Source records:
Content starts

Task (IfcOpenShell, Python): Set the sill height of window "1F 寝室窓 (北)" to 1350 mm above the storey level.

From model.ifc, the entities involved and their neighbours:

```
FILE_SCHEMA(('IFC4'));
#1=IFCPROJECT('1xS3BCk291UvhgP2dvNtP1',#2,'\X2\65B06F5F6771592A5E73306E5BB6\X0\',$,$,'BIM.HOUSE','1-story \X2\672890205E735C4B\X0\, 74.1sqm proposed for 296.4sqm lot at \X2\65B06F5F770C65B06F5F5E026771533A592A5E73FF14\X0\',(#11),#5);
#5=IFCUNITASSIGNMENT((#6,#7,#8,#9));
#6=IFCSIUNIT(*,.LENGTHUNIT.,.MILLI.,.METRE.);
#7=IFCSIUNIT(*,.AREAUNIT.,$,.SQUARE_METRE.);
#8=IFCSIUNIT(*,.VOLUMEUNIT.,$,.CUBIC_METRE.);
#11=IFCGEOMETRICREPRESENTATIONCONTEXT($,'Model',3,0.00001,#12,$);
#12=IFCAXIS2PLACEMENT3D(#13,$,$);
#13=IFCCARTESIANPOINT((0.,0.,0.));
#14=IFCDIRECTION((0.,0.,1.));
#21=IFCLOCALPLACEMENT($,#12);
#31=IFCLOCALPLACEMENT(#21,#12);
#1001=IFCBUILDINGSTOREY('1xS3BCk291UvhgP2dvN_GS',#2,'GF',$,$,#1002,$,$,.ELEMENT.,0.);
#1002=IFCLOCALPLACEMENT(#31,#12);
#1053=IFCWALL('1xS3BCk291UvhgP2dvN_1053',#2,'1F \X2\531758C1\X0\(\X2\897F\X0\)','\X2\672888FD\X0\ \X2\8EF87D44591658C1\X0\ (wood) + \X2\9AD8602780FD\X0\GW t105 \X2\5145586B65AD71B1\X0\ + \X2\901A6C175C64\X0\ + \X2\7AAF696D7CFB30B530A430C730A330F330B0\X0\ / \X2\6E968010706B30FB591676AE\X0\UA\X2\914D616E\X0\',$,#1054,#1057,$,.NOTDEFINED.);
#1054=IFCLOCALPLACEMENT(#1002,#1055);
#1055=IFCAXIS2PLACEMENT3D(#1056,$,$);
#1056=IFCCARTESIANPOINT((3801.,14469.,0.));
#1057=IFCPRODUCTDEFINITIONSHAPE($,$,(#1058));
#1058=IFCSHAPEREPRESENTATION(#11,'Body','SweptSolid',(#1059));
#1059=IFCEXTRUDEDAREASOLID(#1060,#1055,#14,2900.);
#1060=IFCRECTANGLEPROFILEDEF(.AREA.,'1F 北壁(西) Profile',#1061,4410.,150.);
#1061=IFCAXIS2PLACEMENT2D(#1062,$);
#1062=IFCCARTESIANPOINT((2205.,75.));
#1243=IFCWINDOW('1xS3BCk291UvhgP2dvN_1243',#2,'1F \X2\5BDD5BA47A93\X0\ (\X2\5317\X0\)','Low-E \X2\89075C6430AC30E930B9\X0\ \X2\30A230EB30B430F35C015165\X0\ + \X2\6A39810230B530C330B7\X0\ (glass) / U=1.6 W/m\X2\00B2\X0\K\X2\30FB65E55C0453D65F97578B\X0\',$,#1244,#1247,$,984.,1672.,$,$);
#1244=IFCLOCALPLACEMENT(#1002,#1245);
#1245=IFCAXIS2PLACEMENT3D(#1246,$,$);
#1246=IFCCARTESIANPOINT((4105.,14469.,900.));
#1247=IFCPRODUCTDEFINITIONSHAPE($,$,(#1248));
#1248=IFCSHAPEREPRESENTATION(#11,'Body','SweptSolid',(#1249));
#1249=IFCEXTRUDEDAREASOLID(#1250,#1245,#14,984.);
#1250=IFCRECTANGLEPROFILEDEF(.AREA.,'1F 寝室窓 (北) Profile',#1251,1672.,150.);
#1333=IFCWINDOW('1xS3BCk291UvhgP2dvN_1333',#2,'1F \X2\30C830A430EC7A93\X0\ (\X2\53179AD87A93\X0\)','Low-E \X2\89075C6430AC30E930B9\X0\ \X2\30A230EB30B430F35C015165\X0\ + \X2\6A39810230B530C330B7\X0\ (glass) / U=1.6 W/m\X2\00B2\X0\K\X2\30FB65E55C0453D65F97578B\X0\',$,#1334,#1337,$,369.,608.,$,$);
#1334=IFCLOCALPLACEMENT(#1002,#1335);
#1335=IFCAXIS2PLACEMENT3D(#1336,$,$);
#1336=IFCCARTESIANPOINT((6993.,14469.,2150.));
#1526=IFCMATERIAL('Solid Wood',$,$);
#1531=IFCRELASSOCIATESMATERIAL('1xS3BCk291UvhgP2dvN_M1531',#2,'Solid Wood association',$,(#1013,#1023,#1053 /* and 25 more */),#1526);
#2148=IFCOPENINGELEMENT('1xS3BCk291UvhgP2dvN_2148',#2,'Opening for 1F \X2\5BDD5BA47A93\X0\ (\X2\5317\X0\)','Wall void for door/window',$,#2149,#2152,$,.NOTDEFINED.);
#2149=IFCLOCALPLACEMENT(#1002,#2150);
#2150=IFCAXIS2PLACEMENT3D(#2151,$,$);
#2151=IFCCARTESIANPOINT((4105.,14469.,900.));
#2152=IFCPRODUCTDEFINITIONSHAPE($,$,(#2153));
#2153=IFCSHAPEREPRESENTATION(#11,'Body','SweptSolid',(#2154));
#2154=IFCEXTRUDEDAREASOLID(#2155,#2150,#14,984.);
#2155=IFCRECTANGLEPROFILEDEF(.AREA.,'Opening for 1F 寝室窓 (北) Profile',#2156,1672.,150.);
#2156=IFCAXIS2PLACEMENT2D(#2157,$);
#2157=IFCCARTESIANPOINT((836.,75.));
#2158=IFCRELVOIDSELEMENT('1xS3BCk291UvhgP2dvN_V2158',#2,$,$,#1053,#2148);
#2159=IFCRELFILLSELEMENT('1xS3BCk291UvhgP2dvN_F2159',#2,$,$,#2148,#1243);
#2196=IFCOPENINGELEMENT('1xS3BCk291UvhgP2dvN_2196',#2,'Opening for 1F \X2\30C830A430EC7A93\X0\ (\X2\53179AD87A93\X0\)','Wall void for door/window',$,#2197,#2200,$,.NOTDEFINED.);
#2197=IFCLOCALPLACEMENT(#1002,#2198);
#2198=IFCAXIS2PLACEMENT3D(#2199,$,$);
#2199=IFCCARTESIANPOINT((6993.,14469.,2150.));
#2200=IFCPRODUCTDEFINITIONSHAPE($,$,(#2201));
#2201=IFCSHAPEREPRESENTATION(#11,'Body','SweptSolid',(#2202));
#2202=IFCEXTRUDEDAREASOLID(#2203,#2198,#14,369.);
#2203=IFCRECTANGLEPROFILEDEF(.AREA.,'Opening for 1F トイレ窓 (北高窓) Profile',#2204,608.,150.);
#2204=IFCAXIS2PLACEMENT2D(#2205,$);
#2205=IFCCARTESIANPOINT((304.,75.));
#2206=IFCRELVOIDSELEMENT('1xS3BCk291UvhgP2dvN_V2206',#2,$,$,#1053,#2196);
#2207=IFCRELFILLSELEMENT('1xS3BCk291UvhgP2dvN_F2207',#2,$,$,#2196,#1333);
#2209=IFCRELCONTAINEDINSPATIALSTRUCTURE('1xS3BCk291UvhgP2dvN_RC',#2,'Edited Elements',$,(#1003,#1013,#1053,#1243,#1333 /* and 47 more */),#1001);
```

```python
import numpy as np
import ifcopenshell
import ifcopenshell.api.geometry
import ifcopenshell.geom
import ifcopenshell.util.element
import ifcopenshell.util.placement
import ifcopenshell.util.shape
import ifcopenshell.util.unit

model = ifcopenshell.open("model.ifc")
unit_scale = ifcopenshell.util.unit.calculate_unit_scale(model)

window = model.by_guid("1xS3BCk291UvhgP2dvN_1243")
opening = window.FillsVoids[0].RelatingOpeningElement
storey = ifcopenshell.util.element.get_container(window, ifc_class="IfcBuildingStorey")
level = ifcopenshell.util.placement.get_local_placement(storey.ObjectPlacement)[2, 3]

# The opening's origin need not be at the sill, so measure its lowest point.
shape = ifcopenshell.geom.create_shape(ifcopenshell.geom.settings(), opening)
bottom = ifcopenshell.util.shape.get_shape_bottom_elevation(shape, shape.geometry) / unit_scale
dz = level + 1.35 / unit_scale - bottom

shift = np.array([0.0, 0.0, dz])
# The window is not placed relative to its opening, so move both.
for product in (opening, window):
    matrix = ifcopenshell.util.placement.get_local_placement(product.ObjectPlacement)
    matrix[:3, 3] += shift
    ifcopenshell.api.geometry.edit_object_placement(model, product=product, matrix=matrix, is_si=False)

print(f"moved by {dz * unit_scale:+.3f} m")

model.write("model_rev.ifc")
```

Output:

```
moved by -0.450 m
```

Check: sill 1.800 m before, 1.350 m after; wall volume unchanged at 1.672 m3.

Content ends

Problem description
For each line in the data that holds the word "IFCSIUNIT", copy the line.

Solution to the problem
#6=IFCSIUNIT(*,.LENGTHUNIT.,.MILLI.,.METRE.);
#7=IFCSIUNIT(*,.AREAUNIT.,$,.SQUARE_METRE.);
#8=IFCSIUNIT(*,.VOLUMEUNIT.,$,.CUBIC_METRE.);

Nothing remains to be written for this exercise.